# Old Garrison boots vs Parade boots



## myfeethurt (22 Dec 2004)

Any boot experts out there?
Were the old 11 hole, cap-toe, ranger soled Garrison boots made by HH Brown, under the same sizing as the Parade/Cadet 7 hole boots? So Basically, If I take a 9D in the Parade 7 hole, do I take the same size in the old Garrison 11 hole boots? Is the sizing the same or different?
Anyone have any knowledge on this?
Cheers


----------



## Spr.Earl (22 Dec 2004)

: ??? ??? ??? ???


----------



## 1feral1 (22 Dec 2004)

Ya, I remember those bloody boots and that whole horrid (garrison dress unifrom with belt) uniform too. Whoever thought of a camouflage 'smock' only to be worn 'in garrison/in doors' should have had their head read!

This was a complete waste of $$$$, and this could have gone to much better causes (field related kit for example).

Does anyone know how much the CF spent on this venture?

Regards,


Wes


----------



## Spr.Earl (22 Dec 2004)

Yup filling in the pebbles! : ;D


----------



## HootbornE (27 Dec 2004)

I loved the duck hunter cam that went with it..   Chicks dig that stuff :evil:


----------



## The_Falcon (2 Jan 2005)

Don't know if the sizes are similar, but I do know that the garrison boots are getting very difficult to find, especially in the more popular sizes (like 9s,).
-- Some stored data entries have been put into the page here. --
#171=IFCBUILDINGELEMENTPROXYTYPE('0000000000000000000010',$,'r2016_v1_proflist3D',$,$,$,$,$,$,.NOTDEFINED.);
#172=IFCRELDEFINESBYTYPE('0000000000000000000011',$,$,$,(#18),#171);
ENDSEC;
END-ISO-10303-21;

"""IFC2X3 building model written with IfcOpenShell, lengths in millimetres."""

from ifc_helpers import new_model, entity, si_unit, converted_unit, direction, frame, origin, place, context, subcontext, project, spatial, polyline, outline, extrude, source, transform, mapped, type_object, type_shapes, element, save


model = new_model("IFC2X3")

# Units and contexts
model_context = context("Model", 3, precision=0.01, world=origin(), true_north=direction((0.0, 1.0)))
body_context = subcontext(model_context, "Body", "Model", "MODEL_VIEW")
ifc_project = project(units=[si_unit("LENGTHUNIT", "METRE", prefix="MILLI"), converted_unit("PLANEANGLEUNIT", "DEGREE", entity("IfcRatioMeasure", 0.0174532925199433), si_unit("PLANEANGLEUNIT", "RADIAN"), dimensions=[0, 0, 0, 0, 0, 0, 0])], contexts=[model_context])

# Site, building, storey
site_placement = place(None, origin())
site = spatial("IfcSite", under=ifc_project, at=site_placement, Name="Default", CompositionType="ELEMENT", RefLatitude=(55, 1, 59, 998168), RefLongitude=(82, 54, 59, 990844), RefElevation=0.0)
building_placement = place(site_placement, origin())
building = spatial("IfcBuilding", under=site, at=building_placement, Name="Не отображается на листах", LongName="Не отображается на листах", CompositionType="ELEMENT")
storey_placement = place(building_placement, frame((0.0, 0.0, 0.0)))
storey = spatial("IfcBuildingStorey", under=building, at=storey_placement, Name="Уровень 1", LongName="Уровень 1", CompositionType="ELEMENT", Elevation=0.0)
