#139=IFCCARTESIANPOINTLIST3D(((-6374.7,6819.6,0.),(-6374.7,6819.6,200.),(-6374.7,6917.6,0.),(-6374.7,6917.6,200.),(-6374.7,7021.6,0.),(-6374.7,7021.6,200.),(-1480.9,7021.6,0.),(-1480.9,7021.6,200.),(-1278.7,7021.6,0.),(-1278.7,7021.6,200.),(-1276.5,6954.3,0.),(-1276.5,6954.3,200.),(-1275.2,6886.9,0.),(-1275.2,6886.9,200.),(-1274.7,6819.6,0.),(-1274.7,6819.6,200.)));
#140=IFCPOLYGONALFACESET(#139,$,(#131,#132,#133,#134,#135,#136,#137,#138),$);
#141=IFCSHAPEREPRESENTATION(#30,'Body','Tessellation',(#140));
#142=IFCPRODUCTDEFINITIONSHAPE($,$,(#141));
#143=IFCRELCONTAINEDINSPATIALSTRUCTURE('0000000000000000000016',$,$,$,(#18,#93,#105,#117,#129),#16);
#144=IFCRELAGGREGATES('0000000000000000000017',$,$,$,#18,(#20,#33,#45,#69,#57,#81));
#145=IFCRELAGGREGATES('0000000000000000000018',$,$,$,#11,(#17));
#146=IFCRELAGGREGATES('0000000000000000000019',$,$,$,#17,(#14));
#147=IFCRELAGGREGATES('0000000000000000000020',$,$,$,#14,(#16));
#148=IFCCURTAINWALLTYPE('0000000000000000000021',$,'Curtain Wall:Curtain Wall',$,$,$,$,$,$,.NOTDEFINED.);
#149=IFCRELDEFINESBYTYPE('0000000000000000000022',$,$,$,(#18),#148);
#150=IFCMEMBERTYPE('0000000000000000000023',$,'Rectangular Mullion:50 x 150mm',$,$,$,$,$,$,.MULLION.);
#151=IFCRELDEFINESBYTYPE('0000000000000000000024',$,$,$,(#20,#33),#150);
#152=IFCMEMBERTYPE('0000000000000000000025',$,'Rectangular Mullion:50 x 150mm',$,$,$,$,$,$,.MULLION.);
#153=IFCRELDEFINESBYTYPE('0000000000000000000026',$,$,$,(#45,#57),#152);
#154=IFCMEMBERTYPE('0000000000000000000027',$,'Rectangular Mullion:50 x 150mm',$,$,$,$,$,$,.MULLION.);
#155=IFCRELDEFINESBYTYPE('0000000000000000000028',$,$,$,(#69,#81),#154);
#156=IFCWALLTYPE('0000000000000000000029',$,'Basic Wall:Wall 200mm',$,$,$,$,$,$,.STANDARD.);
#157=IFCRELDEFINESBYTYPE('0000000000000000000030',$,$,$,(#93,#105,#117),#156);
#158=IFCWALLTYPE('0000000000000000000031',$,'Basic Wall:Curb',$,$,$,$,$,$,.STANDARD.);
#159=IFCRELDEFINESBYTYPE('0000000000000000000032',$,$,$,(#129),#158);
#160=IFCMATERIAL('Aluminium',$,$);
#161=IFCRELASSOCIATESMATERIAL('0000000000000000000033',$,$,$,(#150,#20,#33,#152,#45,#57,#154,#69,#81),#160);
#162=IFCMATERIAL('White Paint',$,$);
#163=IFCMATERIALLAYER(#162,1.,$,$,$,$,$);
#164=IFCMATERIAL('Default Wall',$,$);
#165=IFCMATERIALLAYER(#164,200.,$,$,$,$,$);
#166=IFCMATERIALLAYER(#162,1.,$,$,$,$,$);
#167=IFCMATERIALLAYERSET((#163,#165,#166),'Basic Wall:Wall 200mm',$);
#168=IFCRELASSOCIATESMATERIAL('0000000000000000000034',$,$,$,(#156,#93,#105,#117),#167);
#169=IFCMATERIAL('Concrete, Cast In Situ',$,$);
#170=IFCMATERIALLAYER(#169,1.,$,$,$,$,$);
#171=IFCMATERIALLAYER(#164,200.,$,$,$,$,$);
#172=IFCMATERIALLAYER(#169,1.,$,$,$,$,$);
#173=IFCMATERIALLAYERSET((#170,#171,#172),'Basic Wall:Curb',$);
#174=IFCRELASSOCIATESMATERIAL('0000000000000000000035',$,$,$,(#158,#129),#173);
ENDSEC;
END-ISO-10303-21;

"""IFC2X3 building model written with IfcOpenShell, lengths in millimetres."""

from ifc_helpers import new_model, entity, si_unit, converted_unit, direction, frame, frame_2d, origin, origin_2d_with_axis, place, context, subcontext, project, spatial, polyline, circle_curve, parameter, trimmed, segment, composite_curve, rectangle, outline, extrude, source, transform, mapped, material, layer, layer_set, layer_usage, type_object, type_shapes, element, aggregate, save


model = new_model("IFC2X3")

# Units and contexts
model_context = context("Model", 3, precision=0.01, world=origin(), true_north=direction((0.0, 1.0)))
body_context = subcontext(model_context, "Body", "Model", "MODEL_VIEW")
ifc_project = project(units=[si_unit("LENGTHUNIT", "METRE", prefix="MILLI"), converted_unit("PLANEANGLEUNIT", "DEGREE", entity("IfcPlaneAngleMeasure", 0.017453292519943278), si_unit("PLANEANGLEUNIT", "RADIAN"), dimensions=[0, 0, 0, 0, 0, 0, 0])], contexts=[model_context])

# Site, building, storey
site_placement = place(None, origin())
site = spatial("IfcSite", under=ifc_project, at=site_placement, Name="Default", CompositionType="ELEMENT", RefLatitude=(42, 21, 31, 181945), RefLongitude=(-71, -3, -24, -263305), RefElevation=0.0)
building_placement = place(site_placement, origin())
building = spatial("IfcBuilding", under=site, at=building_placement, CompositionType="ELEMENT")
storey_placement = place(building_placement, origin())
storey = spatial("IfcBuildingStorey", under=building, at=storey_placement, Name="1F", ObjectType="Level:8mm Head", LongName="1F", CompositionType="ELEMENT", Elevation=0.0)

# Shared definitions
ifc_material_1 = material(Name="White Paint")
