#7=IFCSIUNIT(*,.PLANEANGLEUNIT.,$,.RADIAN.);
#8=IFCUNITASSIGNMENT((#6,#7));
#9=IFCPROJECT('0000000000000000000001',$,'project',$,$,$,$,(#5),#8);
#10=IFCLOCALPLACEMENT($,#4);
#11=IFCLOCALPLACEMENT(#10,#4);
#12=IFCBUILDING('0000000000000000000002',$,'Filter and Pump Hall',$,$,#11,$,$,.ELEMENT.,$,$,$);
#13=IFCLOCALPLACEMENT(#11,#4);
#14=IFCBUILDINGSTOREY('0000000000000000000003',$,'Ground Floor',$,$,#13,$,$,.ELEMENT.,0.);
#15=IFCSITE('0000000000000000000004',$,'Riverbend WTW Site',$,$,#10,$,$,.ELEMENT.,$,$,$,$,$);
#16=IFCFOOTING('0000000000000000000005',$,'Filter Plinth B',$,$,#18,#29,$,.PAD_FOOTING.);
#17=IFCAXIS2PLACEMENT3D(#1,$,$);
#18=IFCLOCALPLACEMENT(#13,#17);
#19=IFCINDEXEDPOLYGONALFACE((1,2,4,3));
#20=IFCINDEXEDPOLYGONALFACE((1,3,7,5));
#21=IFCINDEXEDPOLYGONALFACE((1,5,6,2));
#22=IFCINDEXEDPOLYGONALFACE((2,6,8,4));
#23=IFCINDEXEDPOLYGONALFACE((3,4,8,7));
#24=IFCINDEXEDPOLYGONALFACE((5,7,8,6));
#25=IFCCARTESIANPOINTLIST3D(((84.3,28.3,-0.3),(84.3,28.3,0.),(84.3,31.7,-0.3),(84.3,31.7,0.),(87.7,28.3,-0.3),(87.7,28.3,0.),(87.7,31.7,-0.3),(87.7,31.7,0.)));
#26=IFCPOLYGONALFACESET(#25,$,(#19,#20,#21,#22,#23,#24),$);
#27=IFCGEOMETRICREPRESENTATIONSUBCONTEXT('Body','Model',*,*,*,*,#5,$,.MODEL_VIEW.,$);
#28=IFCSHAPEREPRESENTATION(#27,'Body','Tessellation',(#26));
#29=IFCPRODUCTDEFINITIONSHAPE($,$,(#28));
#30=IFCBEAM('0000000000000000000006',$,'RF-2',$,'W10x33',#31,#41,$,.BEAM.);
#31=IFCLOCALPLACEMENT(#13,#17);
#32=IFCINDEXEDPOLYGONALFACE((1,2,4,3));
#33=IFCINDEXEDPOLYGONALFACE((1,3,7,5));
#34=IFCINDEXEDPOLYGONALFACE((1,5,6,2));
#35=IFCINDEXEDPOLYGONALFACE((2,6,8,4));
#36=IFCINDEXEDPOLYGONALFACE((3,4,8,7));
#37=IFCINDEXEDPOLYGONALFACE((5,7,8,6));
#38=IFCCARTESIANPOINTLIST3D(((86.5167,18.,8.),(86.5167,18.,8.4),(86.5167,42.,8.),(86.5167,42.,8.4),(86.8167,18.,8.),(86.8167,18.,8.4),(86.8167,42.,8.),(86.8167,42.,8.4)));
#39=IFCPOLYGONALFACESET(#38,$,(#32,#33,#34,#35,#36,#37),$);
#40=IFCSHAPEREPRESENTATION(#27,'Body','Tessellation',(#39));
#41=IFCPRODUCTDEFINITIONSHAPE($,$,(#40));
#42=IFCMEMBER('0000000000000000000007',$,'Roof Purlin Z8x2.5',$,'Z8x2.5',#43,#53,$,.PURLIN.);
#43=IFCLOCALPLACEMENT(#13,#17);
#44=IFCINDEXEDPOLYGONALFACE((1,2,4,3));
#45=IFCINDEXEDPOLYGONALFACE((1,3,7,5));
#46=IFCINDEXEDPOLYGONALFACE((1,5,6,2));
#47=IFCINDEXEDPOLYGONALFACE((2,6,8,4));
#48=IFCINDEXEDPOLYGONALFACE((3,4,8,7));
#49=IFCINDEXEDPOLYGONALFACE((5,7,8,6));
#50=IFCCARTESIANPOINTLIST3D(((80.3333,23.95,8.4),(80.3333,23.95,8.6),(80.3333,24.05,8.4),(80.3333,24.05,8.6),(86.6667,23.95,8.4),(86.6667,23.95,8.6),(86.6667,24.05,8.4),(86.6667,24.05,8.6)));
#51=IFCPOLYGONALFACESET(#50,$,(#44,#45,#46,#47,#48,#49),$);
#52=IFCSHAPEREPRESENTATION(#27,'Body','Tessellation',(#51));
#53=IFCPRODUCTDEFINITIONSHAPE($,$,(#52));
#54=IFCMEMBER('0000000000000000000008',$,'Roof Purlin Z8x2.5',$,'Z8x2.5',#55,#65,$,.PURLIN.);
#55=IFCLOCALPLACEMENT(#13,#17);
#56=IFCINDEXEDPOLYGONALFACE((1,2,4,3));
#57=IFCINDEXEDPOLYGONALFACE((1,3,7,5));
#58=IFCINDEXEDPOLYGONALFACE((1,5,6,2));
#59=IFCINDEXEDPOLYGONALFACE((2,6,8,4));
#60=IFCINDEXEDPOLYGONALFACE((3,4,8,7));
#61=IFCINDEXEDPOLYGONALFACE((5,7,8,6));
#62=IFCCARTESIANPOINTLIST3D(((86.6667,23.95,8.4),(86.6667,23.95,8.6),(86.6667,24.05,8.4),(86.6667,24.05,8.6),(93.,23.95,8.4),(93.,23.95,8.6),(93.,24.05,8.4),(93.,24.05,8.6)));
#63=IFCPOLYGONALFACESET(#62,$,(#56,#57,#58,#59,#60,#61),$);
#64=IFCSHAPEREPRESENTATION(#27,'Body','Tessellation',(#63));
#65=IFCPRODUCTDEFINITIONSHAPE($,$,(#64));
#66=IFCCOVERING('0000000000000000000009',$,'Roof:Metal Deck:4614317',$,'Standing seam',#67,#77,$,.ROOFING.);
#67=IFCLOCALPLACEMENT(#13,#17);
I spent a whole day travelling around toronto trying to find a pair of 9 1/2 and it was just by sheer luck that Hero's in Oshawa had a pair (the owner was dumbfounded that he even had them, and wanted to know where I found them in the store).  There are other companies that make that style of boot just google army boots or military boots and you will find a bunch of sites that carry them.


----------



## Navalsnpr (2 Jan 2005)

I thought *initially * the old garrison dress was a refreshing change..... until I was issued it, then my thoughts changed quickly!!

The boots were wicked to shine and I think the belt was added so that junior members entering the mess would have to buy a round when they forgot to remove their regimental belt!!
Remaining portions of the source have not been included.